**What is expected**
Find every line in the entries that holds the string "Check" and report it.

[Material for this exercise — start]

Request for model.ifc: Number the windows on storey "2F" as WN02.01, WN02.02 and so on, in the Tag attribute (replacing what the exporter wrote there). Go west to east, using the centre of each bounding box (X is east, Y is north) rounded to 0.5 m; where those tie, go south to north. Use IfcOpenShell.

First a look at what the model holds.

```python
import ifcopenshell
import ifcopenshell.util.element
import ifcopenshell.util.placement

model = ifcopenshell.open("model.ifc")
print(model.schema)
storey = next(s for s in model.by_type("IfcBuildingStorey") if s.Name == "2F")
windows = [e for e in ifcopenshell.util.element.get_decomposition(storey) if e.is_a("IfcWindow")]
for e in sorted(windows, key=lambda e: e.id()):
    origin = ifcopenshell.util.placement.get_local_placement(e.ObjectPlacement)[:3, 3]
    print(e.id(), e.Tag, e.Name, origin.round(2) + 0.0, sep=" | ")
```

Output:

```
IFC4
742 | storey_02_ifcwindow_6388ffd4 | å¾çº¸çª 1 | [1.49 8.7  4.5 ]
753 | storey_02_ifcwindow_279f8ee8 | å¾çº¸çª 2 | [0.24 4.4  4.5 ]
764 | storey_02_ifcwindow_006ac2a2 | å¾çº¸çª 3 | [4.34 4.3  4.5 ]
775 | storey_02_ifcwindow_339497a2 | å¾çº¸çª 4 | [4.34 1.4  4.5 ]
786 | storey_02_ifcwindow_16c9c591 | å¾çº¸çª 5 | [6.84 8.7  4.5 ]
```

```python
import ifcopenshell
import ifcopenshell.geom
import ifcopenshell.util.element
import ifcopenshell.util.shape

model = ifcopenshell.open("model.ifc")
settings = ifcopenshell.geom.settings()
settings.set("use-world-coords", True)


def centre(element):
    shape = ifcopenshell.geom.create_shape(settings, element)
    return ifcopenshell.util.shape.get_bbox_centroid(shape.geometry)


storey = next(s for s in model.by_type("IfcBuildingStorey") if s.Name == "2F")
windows = [e for e in ifcopenshell.util.element.get_decomposition(storey) if e.is_a("IfcWindow")]

# Insertion points can sit at a corner or the storey origin, so sort by the geometry (in metres).
centres = {e: centre(e) for e in windows}
windows.sort(key=lambda e: (round(centres[e][0] / 0.5), centres[e][1]))

for i, e in enumerate(windows, start=1):
    number = f"WN02.{i:02d}"
    e.Tag = number
    print(e.id(), number)

model.write("model-out.ifc")
```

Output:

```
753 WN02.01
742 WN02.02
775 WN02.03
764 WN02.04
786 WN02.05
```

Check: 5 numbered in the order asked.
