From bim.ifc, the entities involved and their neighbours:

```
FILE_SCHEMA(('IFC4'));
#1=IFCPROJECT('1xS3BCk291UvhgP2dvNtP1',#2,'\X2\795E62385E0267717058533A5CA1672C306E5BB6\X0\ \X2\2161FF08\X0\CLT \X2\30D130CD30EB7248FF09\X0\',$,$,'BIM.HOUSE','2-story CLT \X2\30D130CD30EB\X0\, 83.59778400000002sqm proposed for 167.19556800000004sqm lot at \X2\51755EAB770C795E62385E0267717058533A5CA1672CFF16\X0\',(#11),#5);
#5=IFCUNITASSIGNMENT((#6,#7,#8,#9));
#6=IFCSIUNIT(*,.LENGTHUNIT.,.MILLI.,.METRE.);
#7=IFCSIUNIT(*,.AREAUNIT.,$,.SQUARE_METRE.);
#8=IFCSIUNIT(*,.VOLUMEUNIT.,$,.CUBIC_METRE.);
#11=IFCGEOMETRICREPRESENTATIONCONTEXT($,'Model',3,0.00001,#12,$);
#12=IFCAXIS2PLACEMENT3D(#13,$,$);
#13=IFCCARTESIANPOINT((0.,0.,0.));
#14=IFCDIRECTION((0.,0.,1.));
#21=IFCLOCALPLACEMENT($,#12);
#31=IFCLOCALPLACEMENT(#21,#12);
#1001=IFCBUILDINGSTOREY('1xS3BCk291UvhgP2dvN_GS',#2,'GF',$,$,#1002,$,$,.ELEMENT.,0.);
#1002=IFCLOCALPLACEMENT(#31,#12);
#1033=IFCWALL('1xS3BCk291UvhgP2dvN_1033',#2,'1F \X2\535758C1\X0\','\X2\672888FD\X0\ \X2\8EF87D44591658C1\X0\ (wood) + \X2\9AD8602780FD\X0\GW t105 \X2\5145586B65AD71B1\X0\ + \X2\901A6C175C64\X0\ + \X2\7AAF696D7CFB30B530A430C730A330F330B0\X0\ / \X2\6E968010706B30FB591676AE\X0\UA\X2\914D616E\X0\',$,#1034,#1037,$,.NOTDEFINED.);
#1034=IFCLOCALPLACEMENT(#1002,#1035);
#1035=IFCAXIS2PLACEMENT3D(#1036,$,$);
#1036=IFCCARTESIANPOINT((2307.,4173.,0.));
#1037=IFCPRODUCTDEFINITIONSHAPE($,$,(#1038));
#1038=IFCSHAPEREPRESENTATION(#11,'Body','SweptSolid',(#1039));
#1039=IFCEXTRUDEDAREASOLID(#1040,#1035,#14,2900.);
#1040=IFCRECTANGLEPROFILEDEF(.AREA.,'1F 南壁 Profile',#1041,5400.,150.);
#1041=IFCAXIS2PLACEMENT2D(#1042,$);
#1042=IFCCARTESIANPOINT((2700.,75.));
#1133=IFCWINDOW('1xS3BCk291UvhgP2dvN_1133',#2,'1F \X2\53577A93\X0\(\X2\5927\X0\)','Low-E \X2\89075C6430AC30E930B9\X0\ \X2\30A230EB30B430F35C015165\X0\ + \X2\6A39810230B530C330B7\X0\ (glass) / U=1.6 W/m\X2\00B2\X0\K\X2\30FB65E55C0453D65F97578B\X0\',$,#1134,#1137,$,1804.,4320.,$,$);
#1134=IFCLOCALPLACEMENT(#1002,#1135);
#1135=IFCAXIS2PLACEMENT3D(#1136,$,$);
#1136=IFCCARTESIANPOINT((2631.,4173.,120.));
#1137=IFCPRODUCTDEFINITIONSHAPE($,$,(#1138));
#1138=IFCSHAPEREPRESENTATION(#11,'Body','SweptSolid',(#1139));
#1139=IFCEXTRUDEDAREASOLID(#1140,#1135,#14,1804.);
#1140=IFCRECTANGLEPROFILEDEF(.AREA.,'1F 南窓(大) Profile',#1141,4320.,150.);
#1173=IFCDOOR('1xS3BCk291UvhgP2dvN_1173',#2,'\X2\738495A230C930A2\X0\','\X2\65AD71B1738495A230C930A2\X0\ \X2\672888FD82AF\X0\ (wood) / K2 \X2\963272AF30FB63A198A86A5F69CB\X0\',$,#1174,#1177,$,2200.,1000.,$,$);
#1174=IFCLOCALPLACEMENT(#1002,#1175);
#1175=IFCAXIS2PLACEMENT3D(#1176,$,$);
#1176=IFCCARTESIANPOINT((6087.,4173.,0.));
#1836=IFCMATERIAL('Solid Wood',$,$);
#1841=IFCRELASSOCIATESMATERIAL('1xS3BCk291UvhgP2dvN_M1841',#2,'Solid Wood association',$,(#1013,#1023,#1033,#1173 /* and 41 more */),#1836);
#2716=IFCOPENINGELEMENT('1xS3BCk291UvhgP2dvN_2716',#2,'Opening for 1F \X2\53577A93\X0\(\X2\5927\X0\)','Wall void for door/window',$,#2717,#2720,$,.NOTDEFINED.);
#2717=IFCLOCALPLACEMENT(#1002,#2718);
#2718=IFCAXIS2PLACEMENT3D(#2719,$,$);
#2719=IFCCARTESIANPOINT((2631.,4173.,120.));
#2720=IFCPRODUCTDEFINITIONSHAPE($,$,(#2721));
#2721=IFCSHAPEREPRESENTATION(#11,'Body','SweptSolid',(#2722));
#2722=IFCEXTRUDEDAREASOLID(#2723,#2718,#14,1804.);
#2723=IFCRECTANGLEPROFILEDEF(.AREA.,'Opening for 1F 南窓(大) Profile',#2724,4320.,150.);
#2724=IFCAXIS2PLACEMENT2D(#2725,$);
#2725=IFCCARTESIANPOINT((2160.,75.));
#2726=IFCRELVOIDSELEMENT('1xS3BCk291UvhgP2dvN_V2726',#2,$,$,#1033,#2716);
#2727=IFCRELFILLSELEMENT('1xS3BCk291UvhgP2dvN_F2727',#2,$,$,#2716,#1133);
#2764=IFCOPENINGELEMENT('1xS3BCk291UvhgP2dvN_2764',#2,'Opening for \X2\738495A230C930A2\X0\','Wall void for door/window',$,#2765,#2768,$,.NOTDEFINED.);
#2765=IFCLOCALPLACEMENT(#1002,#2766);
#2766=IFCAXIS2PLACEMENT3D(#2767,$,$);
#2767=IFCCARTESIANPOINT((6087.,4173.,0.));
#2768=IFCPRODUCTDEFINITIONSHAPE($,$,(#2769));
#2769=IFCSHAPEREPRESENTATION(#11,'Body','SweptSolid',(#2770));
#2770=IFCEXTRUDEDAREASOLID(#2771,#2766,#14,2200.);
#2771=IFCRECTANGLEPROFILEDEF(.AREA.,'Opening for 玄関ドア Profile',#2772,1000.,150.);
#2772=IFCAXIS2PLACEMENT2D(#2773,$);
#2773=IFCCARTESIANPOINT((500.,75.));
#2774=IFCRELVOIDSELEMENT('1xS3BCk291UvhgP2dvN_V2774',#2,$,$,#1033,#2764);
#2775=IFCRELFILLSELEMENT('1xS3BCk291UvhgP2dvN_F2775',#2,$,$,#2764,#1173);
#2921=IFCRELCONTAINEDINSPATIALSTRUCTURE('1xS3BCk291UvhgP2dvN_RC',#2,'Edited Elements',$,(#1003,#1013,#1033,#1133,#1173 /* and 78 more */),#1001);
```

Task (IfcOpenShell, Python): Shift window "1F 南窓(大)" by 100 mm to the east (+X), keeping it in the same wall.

```python
import ifcopenshell
import ifcopenshell.api.geometry
import ifcopenshell.util.placement
import ifcopenshell.util.unit

model = ifcopenshell.open("bim.ifc")
unit_scale = ifcopenshell.util.unit.calculate_unit_scale(model)

window = model.by_guid("1xS3BCk291UvhgP2dvN_1133")
opening = window.FillsVoids[0].RelatingOpeningElement
wall = opening.VoidsElements[0].RelatingBuildingElement

wall_matrix = ifcopenshell.util.placement.get_local_placement(wall.ObjectPlacement)
shift = wall_matrix[:3, 0] * 0.1 / unit_scale
before = ifcopenshell.util.placement.get_local_placement(window.ObjectPlacement)[:3, 3].copy()

# The window is not placed relative to its opening, so move both.
for product in (opening, window):
    matrix = ifcopenshell.util.placement.get_local_placement(product.ObjectPlacement)
    matrix[:3, 3] += shift
    ifcopenshell.api.geometry.edit_object_placement(model, product=product, matrix=matrix, is_si=False)

after = ifcopenshell.util.placement.get_local_placement(window.ObjectPlacement)[:3, 3]
print("window moved by", (after - before).round(3) + 0.0)

model.write("bim-out.ifc")
```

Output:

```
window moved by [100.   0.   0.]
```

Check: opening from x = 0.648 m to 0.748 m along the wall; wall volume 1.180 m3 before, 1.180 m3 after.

[Material for this exercise — finish]

**Solution to the problem**
Check: 5 numbered in the order asked.
Check: opening from x = 0.648 m to 0.748 m along the wall; wall volume 1.180 m3 before, 1.180 m3 after.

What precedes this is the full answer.